This is a Streamlit-based application that allows users to upload multiple PDF files and ask questions about their content. The application uses OpenAI language models to interpret queries and provide answers based on the uploaded PDFs. The app employs a vector-based index to enhance the question-answering capabilities on multi-page or multi-document PDFs.
- Multi-Document Upload: Upload up to 5 PDF files simultaneously.
- Model Selection: Choose between different OpenAI language models for custom performance.
- Dynamic Index Creation: Automatically creates an index from uploaded PDFs to enable efficient querying.
- Interactive Q&A: Enter questions and receive detailed answers based on the document content.

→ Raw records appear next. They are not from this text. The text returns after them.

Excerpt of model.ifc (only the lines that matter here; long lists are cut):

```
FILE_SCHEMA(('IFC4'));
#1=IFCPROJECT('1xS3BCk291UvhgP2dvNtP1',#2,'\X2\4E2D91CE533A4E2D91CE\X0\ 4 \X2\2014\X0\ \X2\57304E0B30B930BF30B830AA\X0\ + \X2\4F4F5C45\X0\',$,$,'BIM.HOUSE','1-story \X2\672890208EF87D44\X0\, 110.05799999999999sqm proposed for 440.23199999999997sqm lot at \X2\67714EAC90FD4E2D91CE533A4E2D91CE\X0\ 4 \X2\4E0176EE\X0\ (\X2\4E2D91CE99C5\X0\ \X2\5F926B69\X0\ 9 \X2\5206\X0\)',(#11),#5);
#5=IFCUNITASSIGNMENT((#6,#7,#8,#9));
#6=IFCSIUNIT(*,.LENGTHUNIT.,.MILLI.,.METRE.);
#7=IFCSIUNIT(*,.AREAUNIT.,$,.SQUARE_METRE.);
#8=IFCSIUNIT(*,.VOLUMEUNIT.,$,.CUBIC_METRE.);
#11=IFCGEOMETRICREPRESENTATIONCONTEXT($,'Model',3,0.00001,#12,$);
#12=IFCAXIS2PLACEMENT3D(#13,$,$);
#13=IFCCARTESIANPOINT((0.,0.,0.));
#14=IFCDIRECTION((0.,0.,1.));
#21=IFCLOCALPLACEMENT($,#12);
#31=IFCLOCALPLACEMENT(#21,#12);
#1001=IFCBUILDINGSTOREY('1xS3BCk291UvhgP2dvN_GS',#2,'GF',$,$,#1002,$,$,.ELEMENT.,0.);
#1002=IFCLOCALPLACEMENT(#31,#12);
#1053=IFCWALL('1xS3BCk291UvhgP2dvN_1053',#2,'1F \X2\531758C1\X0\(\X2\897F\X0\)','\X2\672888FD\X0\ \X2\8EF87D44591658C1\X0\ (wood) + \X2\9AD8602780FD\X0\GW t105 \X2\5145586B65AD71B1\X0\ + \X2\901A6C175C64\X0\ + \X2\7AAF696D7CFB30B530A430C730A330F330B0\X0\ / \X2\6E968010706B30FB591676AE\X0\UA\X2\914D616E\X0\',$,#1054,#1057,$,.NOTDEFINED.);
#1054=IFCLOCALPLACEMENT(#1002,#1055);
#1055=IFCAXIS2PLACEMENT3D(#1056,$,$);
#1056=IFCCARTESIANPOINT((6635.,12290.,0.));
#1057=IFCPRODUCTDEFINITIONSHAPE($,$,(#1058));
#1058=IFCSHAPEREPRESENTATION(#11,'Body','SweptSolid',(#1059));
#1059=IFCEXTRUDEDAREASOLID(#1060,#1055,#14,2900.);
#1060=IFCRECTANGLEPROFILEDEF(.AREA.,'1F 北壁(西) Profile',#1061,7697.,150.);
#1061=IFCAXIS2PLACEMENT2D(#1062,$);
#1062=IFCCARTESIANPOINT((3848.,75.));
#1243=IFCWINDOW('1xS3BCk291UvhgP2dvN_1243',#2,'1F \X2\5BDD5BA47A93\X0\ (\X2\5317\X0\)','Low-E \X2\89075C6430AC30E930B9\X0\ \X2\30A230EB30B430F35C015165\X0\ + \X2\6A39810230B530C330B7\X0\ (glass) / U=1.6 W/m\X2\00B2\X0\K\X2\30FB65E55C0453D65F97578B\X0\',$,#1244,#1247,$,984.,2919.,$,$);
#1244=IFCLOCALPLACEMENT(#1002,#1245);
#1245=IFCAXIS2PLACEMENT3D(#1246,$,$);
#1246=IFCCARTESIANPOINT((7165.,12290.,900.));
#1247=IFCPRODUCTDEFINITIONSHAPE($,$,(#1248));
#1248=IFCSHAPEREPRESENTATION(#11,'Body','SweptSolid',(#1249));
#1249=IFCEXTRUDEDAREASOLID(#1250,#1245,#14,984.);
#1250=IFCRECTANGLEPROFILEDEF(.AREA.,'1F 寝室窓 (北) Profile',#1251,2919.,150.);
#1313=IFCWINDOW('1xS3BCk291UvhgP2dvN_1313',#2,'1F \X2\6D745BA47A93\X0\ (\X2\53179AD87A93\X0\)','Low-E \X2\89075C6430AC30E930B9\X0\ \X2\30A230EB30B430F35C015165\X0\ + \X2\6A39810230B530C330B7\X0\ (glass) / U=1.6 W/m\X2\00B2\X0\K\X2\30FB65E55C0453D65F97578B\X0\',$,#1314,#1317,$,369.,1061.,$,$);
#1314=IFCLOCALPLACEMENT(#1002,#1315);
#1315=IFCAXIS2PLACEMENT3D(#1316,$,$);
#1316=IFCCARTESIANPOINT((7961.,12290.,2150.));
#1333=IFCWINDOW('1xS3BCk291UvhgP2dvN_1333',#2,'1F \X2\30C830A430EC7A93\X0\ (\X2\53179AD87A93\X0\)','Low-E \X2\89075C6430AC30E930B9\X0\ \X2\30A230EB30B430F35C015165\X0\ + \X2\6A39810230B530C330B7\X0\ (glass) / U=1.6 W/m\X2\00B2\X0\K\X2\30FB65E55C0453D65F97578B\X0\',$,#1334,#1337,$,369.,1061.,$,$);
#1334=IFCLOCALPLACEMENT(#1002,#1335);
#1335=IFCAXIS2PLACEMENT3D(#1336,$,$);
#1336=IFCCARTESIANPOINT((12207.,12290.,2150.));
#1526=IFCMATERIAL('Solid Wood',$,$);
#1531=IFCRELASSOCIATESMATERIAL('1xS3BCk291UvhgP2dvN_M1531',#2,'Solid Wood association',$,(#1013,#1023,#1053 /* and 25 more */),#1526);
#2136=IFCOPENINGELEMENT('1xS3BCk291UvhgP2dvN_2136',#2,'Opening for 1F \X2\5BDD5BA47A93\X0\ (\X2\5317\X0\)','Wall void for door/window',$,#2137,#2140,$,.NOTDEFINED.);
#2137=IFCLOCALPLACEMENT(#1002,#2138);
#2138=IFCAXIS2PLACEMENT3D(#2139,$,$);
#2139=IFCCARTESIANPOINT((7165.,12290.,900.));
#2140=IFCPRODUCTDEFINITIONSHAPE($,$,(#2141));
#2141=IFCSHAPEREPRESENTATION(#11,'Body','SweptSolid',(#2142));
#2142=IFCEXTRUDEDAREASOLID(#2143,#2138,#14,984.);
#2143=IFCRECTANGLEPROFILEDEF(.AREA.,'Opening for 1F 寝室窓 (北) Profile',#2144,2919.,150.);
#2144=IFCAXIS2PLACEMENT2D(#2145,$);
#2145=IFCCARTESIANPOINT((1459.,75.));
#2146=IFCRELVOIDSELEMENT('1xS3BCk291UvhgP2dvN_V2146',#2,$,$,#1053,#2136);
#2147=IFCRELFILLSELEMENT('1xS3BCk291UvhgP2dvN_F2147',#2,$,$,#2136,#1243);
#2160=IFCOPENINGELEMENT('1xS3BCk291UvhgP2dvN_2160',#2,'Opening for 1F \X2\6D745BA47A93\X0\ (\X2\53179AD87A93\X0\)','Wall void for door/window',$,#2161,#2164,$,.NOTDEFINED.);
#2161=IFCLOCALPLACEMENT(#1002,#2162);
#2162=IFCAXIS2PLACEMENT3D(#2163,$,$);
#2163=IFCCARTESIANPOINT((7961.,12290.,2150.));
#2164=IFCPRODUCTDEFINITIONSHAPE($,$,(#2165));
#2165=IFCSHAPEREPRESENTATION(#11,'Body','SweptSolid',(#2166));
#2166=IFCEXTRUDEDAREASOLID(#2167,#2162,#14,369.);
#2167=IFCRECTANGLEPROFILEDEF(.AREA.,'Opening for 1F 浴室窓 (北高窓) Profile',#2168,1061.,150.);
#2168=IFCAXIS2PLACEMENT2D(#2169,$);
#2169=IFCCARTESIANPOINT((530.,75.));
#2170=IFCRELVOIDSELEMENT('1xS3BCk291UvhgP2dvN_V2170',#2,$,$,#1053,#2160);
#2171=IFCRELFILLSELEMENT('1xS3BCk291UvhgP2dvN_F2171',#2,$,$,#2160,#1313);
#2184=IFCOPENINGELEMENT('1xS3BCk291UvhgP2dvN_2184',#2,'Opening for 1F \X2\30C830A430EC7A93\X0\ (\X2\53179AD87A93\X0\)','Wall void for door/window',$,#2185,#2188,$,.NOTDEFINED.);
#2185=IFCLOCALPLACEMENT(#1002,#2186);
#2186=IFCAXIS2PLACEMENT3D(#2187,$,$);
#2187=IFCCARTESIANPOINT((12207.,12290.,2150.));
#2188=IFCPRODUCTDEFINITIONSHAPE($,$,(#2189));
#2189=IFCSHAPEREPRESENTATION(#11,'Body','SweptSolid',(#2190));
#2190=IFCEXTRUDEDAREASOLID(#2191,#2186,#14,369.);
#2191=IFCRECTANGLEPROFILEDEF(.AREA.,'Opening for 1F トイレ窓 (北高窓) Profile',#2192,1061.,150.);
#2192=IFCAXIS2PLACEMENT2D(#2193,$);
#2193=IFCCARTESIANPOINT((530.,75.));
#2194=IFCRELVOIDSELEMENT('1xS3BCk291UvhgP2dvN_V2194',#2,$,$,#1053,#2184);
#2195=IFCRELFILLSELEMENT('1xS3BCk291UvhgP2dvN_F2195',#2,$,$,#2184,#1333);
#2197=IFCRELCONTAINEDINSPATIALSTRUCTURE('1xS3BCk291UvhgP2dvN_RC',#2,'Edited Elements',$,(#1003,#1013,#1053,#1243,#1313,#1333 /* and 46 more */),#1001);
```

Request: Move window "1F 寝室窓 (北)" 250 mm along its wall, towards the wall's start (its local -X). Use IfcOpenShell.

```python
import ifcopenshell
import ifcopenshell.api.geometry
import ifcopenshell.util.placement

model = ifcopenshell.open("model.ifc")

window = model.by_guid("1xS3BCk291UvhgP2dvN_1243")
opening = window.FillsVoids[0].RelatingOpeningElement
wall = opening.VoidsElements[0].RelatingBuildingElement

wall_matrix = ifcopenshell.util.placement.get_local_placement(wall.ObjectPlacement)
shift = wall_matrix[:3, 0] * -250.0
before = ifcopenshell.util.placement.get_local_placement(window.ObjectPlacement)[:3, 3].copy()

# The window is not placed relative to its opening, so move both.
for product in (opening, window):
    matrix = ifcopenshell.util.placement.get_local_placement(product.ObjectPlacement)
    matrix[:3, 3] += shift
    ifcopenshell.api.geometry.edit_object_placement(model, product=product, matrix=matrix, is_si=False)

after = ifcopenshell.util.placement.get_local_placement(window.ObjectPlacement)[:3, 3]
print("window moved by", (after - before).round(3) + 0.0)

model.write("model_updated.ifc")
```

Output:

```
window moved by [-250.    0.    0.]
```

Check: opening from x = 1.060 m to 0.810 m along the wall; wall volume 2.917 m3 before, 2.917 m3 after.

- Conversation History: Track past questions and answers within the session.
- Python 3.8+
- Streamlit
- OpenAI API Key
- PyMuPDF4LLM
- LlamaIndex
-
Clone the Repository
git clone https://github.com/OrenGrinker/pdfLLM.git cd pdfLLM
-
Install Dependencies
Make sure you have pip installed. Run the following command to install the required Python packages:
pip install -r requirements.txt
3.Set Up OpenAI API Key
The app requires an OpenAI API key to function. You will be prompted to enter your API key when running the application.
-
Run the Application
Start the app by running the following command:
streamlit run app.py
-
Upload PDF Files
In the sidebar, you can upload up to 5 PDF files. The app will create an index for efficient querying.
-
Ask Questions
Enter questions in the main content area, and the app will retrieve answers based on the content of the uploaded PDFs.
-
Choose Model Select a model from the sidebar (e.g., gpt-4o, gpt-4o-mini, or gpt-4) to adjust response specificity and speed.
- app.py: Main file that initializes the Streamlit app, sets up user interface components, and handles interactions.
- utils/index_utils.py: Contains functions to create a vector-based index from uploaded PDFs.
- utils/query_utils.py: Provides functions to query the index and retrieve answers based on user input.
- Upload your PDF files in the sidebar.
- Choose the desired model for response generation.
- Ask questions about the content of the PDFs in the main input field.
- View answers and scroll through conversation history to see previous queries and responses.
Feel free to open issues or submit pull requests for any improvements or bug fixes.
This project is licensed under the MIT License.